#### What you need to do:
Find each line below where the word "IFCLOCALPLACEMENT" occurs, and copy it.

[Recorded data]
▬▬▬▬▬▬▬▬▬▬

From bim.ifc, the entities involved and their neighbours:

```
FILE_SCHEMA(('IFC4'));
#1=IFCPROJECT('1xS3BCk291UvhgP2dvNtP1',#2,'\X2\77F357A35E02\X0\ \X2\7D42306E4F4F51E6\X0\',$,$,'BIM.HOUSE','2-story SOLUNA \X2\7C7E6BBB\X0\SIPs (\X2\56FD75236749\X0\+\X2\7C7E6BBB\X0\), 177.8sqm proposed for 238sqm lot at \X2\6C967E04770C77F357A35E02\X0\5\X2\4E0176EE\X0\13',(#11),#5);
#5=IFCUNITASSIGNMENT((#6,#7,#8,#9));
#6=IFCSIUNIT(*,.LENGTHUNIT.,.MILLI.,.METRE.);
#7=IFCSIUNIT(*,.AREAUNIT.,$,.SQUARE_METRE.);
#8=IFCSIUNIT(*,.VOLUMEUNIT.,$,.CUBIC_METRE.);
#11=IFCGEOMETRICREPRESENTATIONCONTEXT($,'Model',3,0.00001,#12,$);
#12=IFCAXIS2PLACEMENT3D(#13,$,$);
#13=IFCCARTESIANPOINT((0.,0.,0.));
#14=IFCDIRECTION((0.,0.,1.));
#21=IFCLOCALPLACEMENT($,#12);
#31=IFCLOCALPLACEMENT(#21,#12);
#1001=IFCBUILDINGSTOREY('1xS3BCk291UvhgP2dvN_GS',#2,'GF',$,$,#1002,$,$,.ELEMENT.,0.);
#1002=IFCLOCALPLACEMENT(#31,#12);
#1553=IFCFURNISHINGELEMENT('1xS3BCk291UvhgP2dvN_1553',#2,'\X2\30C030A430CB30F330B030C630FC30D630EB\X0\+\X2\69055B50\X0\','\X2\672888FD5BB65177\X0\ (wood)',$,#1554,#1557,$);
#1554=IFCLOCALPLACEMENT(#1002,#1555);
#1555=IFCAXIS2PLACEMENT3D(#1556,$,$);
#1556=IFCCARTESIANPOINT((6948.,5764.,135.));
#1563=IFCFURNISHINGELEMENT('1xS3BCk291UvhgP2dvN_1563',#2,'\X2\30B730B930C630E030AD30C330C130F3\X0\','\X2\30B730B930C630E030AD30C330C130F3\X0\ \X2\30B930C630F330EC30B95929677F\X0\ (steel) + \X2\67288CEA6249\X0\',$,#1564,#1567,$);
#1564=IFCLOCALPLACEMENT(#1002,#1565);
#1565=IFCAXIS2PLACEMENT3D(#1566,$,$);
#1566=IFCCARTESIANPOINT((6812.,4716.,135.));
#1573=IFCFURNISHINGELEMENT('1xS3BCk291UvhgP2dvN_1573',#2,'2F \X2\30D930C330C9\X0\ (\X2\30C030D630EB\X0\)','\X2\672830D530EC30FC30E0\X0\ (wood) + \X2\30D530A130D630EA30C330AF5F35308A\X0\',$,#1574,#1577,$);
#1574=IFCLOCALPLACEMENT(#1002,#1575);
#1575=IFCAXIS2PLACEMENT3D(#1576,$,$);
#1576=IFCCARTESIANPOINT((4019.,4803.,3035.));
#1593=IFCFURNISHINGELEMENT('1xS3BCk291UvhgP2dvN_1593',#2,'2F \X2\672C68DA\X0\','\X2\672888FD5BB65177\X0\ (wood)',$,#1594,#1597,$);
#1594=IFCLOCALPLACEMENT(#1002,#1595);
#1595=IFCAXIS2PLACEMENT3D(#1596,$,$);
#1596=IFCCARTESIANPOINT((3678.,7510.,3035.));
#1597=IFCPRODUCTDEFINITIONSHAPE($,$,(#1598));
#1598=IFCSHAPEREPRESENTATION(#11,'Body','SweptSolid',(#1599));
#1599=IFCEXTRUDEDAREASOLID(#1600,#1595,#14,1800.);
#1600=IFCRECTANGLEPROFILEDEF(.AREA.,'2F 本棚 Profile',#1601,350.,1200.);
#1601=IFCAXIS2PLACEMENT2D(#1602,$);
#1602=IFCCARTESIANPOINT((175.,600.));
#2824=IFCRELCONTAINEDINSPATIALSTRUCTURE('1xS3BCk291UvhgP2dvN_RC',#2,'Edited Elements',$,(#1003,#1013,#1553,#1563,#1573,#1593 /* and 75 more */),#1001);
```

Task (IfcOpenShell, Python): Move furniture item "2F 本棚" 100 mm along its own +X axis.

```python
import ifcopenshell
import ifcopenshell.api.geometry
import ifcopenshell.util.placement

model = ifcopenshell.open("bim.ifc")

item = model.by_guid("1xS3BCk291UvhgP2dvN_1593")
matrix = ifcopenshell.util.placement.get_local_placement(item.ObjectPlacement)
matrix[:3, 3] += matrix[:3, 0] * 100.0
ifcopenshell.api.geometry.edit_object_placement(model, product=item, matrix=matrix, is_si=False)

print(ifcopenshell.util.placement.get_local_placement(item.ObjectPlacement).round(3) + 0.0)

model.write("bim_rev.ifc")
```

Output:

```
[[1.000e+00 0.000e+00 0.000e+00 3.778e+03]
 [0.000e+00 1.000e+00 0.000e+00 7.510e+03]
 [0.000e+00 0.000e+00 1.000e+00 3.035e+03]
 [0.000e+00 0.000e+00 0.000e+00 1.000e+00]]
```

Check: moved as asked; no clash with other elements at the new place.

▬▬▬▬▬▬▬▬▬▬

#### Exercise output:
#21=IFCLOCALPLACEMENT($,#12);
#31=IFCLOCALPLACEMENT(#21,#12);
#1002=IFCLOCALPLACEMENT(#31,#12);
#1554=IFCLOCALPLACEMENT(#1002,#1555);
#1564=IFCLOCALPLACEMENT(#1002,#1565);
#1574=IFCLOCALPLACEMENT(#1002,#1575);
#1594=IFCLOCALPLACEMENT(#1002,#1595);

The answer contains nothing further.